The Today programme host refuted the idea – put forward by Newsnight editor Ian Katz – that audiences would benefit if politicians were given “more space” by interviewers.
“The message I get from [listeners] is that they are distinctly unenthusiastic about the idea that we engage conversationally,” said Humphrys. “If anything I suspect people want more persistence.”
Katz, in comments marking the departure from Newsnight of Jeremy Paxman and his replacement by the less-confrontational Evan Davis, claimed the political interview was badly served by “the predominance of an aggressive style characterised by the dictum ‘Why is this lying bastard lying to me?’”
Davis has also suggested that politician and interviewers had reached an impasse. “We are locked into the low road,” he said in a lecture on adversarial journalism this year.
But Humphrys said he believed politicians enjoyed being “pushed quite hard” in interviews.
“I don’t know of any politician – a serious politician in a serious interview – who doesn’t want to be pressed,” he said. “Politicians are fighters, without exception, that’s what they do.

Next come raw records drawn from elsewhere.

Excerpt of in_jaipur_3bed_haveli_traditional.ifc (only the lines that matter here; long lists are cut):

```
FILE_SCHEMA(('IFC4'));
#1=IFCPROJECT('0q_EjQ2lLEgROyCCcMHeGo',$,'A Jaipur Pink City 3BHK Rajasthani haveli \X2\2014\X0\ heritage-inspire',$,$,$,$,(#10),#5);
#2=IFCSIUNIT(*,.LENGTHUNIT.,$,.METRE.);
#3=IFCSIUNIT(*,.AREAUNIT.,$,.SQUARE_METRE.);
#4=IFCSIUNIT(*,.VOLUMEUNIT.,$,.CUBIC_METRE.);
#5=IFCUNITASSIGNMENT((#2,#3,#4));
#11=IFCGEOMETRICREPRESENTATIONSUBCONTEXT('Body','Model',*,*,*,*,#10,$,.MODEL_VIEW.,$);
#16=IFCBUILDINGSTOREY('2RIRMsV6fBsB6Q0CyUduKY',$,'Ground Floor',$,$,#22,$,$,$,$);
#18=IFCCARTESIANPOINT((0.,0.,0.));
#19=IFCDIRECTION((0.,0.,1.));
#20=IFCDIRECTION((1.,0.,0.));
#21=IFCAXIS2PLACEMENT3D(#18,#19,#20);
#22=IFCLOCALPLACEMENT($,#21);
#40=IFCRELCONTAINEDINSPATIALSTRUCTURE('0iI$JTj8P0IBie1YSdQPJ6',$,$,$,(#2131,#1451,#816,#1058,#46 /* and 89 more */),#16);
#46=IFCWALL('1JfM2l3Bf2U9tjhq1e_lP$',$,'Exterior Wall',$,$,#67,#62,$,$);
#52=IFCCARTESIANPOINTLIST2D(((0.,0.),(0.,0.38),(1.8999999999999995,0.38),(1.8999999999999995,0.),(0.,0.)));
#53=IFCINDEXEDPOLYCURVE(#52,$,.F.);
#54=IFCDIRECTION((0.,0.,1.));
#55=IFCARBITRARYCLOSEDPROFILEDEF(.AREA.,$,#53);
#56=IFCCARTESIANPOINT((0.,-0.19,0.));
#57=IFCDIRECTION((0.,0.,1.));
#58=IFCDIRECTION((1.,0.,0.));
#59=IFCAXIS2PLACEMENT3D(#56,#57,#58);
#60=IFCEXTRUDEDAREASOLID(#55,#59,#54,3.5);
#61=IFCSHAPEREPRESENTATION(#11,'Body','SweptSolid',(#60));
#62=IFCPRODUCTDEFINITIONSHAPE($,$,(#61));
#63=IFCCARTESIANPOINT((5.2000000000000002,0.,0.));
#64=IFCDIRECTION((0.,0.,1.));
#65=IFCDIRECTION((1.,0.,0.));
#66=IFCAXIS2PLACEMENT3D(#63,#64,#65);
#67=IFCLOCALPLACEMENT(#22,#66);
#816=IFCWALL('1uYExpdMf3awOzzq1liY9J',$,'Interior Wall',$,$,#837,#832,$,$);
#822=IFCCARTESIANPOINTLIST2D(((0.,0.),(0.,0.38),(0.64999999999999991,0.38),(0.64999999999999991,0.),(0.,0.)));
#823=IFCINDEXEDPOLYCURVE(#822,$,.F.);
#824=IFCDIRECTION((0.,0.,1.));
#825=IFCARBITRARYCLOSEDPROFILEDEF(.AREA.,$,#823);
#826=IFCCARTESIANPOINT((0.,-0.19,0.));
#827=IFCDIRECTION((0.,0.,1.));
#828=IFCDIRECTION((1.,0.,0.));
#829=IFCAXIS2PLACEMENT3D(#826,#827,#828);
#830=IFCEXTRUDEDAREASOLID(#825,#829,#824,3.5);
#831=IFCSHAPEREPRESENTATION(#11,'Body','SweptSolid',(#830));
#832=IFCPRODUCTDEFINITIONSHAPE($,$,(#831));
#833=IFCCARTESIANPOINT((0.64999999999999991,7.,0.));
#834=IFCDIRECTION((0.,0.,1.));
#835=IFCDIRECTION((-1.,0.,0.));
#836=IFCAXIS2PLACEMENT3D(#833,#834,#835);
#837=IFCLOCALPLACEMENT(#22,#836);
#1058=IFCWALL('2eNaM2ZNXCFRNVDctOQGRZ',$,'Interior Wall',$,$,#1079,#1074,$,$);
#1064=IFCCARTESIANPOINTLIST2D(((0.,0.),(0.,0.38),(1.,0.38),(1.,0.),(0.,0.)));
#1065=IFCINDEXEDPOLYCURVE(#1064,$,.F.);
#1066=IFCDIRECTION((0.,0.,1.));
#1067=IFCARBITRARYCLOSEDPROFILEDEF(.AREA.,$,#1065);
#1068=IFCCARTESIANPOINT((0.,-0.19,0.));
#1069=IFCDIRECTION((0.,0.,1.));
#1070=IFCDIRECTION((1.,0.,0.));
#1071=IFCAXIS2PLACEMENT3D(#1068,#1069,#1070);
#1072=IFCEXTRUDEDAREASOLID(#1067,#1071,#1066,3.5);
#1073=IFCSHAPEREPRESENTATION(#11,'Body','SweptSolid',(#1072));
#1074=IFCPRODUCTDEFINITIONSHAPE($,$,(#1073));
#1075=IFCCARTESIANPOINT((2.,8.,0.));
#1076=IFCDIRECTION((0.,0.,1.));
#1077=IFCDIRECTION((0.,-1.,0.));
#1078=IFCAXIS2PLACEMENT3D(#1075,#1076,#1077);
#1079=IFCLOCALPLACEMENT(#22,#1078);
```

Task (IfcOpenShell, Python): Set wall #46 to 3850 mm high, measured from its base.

```python
import ifcopenshell
import ifcopenshell.geom
import ifcopenshell.util.representation
import ifcopenshell.util.shape
import ifcopenshell.util.unit

model = ifcopenshell.open("in_jaipur_3bed_haveli_traditional.ifc")
unit_scale = ifcopenshell.util.unit.calculate_unit_scale(model)
settings = ifcopenshell.geom.settings()


def volume(element):
    """Net volume in cubic metres, openings subtracted."""
    shape = ifcopenshell.geom.create_shape(settings, element)
    return ifcopenshell.util.shape.get_volume(shape.geometry)


wall = model.by_guid("1JfM2l3Bf2U9tjhq1e_lP$")
before = volume(wall)

body = ifcopenshell.util.representation.get_representation(wall, "Model", "Body")
solid = body.Items[0]
old_height = solid.Depth
solid.Depth = 3.85 / unit_scale
after = volume(wall)

print(f"height {old_height:g} -> {solid.Depth:g}, volume {before:.3f} -> {after:.3f} m3")

model.write("in_jaipur_3bed_haveli_traditional_v2.ifc")
```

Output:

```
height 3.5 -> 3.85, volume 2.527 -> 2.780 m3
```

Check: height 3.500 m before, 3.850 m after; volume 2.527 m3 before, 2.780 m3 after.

You don’t get to be an MP, let alone a cabinet minister, unless you are tough and willing to fight your corner. There isn’t a single politician out there who isn’t capable of engaging in this sort of combat and relishing it, otherwise you wouldn’t stay in the job.”
Although he argued that it was “silly” for an interviewer to engage in “naked aggression for the point of showing off”, he said he never did that.
Astute politicians were not distressed by bullying questioning but saw it as an opportunity to score points, he said.
“I don’t think they mind being bullied because the clever ones will take advantage of that and point it out to the audience that that’s what you are doing.”
Humphrys, who appears at Monday’s Radio Festival in Salford, suggested that Newsnight was adopting a different style in order to attract more high-profile guests. But he warned the BBC2 show against adopting the soft interview tactics of his one-time BBC rival Sir David Frost in the 1990s when Humphrys presented On The Record and Sir David hosted Breakfast with Frost.
“David took the view that you got the best out of people by being very gentle and sometimes it worked and sometimes it didn’t,” he said.
“Clearly Ian is worried that they haven’t been getting the big names, the senior politicians when they have needed them. But if the price is that you then go easy on them – and that was the price when David Frost was doing his programme – then I think it’s too high a price. ”
Newsnight’s audience has risen nearly 4 per cent since the Davis arrived at the end of last month. The flagship BBC2 current-affairs show has had an average rating of 579,000, compared to 558,000 in the three-month period before he started, when it was hosted by a variety of presenters.